Wlasnie kazda z nas odklada macierzyństwo bo się boimy ze nie damy rady, ze cos nie tak bedzie.Tak jak ja ze umre ze stresu czy cos....te mysli chore krążą w glowie.i i nie daja iść wbrew im...

Tylko tak czekac i dkladac na później ciążę z nadzieją ze nerwy miną to mozemy obudzić się z ręką w nocniku bo lata przeminą :(:
Wtedy będę żałowała ze nie zaryzykowałam.

Nerwica moze mimo staran trwać dluuuugo.
Czuje ze powinnam zaryzykować bo nie przekonam sie jak to jest byc mamą i czy warto bylo przekladać to czego bardzo chce.
Walcz ! Nie uciekaj bo wygrasz😉
Jak nie Ty to kto.
" Będziesz kiedyś bardzo szczęśliwa,powiedziało życie...Ale najpierw sprawię, że będziesz silna"🙂
Awatar użytkownika
Olalala
Dyżurny na forum Odważny VIP
Posty: 1856
Rejestracja: 17 grudnia 2015, o 08:36

2 września 2017, o 19:11

Iwona29 pisze:
2 września 2017, o 18:04
[....A poza tym... czy rzeczywiście chcesz uzależniać swoje życiowe decyzje od nerwicy? Czy naprawdę chcesz by tak Cię ograniczała, byś nie mogła realizować swoich pragnień? Pamiętaj, że lęk jest tylko iluzją, z którą możesz sobie spokojnie poradzić, a macierzyństwo jest realne i nie zawsze warto je odkładac.

Pozdrawiam!
Wlasnie kazda z nas odklada macierzyństwo bo się boimy ze nie damy rady, ze cos nie tak bedzie.Tak jak ja ze umre ze stresu czy cos....te mysli chore krążą w glowie.i i nie daja iść wbrew im...
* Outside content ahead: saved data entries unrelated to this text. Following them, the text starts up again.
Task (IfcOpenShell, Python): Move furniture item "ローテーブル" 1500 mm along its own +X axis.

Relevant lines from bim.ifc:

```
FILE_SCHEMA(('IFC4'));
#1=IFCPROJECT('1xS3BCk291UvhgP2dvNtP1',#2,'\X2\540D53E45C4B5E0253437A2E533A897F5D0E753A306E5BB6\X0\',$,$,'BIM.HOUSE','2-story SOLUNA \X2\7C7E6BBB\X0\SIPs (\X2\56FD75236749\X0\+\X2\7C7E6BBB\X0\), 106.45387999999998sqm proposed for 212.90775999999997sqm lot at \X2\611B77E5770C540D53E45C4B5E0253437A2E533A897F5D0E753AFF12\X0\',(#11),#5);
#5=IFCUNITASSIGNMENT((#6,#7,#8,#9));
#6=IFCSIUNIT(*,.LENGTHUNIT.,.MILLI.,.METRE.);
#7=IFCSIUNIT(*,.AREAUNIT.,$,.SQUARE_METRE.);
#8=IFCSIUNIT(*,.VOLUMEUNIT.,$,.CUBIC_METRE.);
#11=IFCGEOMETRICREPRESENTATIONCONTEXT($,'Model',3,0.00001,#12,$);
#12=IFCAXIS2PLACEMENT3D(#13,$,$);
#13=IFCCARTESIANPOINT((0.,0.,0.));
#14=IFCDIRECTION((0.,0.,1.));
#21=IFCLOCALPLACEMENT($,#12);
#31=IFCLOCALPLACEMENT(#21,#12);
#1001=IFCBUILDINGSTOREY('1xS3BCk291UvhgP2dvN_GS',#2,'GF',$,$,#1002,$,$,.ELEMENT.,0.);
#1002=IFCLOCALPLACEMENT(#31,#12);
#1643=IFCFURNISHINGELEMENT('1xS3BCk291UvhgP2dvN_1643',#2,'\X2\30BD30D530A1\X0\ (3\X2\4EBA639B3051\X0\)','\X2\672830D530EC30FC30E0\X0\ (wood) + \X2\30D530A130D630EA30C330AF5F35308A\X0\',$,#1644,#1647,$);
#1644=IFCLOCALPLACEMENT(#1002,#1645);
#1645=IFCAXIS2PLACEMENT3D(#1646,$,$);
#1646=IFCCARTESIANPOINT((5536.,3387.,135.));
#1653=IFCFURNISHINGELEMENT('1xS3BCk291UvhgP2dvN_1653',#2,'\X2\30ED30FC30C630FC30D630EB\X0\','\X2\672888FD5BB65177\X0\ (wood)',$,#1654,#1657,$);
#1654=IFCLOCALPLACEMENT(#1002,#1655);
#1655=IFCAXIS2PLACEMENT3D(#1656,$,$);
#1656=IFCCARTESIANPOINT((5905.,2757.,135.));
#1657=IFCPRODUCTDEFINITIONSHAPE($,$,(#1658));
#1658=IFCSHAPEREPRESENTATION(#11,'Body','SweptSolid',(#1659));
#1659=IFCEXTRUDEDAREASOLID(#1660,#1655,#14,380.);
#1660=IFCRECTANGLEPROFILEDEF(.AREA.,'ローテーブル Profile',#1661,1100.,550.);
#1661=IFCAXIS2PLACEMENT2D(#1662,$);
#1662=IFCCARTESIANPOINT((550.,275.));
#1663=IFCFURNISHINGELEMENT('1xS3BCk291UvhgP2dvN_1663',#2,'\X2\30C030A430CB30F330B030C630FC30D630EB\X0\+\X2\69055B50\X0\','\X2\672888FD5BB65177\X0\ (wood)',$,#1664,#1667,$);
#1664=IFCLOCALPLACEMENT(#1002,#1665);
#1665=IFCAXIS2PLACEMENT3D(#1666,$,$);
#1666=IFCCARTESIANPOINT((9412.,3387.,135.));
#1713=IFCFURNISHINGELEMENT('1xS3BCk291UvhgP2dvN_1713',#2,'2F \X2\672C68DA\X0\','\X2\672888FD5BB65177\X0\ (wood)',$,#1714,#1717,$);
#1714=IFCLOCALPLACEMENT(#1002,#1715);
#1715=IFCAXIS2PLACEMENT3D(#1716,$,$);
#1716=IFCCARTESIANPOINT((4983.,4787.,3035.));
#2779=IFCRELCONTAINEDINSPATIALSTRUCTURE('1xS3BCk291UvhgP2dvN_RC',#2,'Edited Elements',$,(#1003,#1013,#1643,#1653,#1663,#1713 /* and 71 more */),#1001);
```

```python
import ifcopenshell
import ifcopenshell.api.geometry
import ifcopenshell.util.placement

model = ifcopenshell.open("bim.ifc")

item = model.by_guid("1xS3BCk291UvhgP2dvN_1653")
matrix = ifcopenshell.util.placement.get_local_placement(item.ObjectPlacement)
matrix[:3, 3] += matrix[:3, 0] * 1500.0
ifcopenshell.api.geometry.edit_object_placement(model, product=item, matrix=matrix, is_si=False)

print(ifcopenshell.util.placement.get_local_placement(item.ObjectPlacement).round(3) + 0.0)

model.write("bim_updated.ifc")
```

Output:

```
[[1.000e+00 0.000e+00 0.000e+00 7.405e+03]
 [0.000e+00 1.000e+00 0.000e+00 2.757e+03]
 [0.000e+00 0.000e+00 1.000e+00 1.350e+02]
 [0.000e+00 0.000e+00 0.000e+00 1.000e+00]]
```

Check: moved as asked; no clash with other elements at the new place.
Tylko tak czekac i dkladac na później ciążę z nadzieją ze nerwy miną to mozemy obudzić się z ręką w nocniku bo lata przeminą :(:
Wtedy będę żałowała ze nie zaryzykowałam.

Nerwica moze mimo staran trwać dluuuugo.
Czuje ze powinnam zaryzykować bo nie przekonam sie jak to jest byc mamą i czy warto bylo przekladać to czego bardzo chce.
[/quote]

A ja tam nie zakładam, ze Nerwa będzie trwała dlugo, ciężko pracuje żeby tak nie bylo. Wierze w siebie i nie ma się co laski załamywać. Uwierzcie trochę w siebie.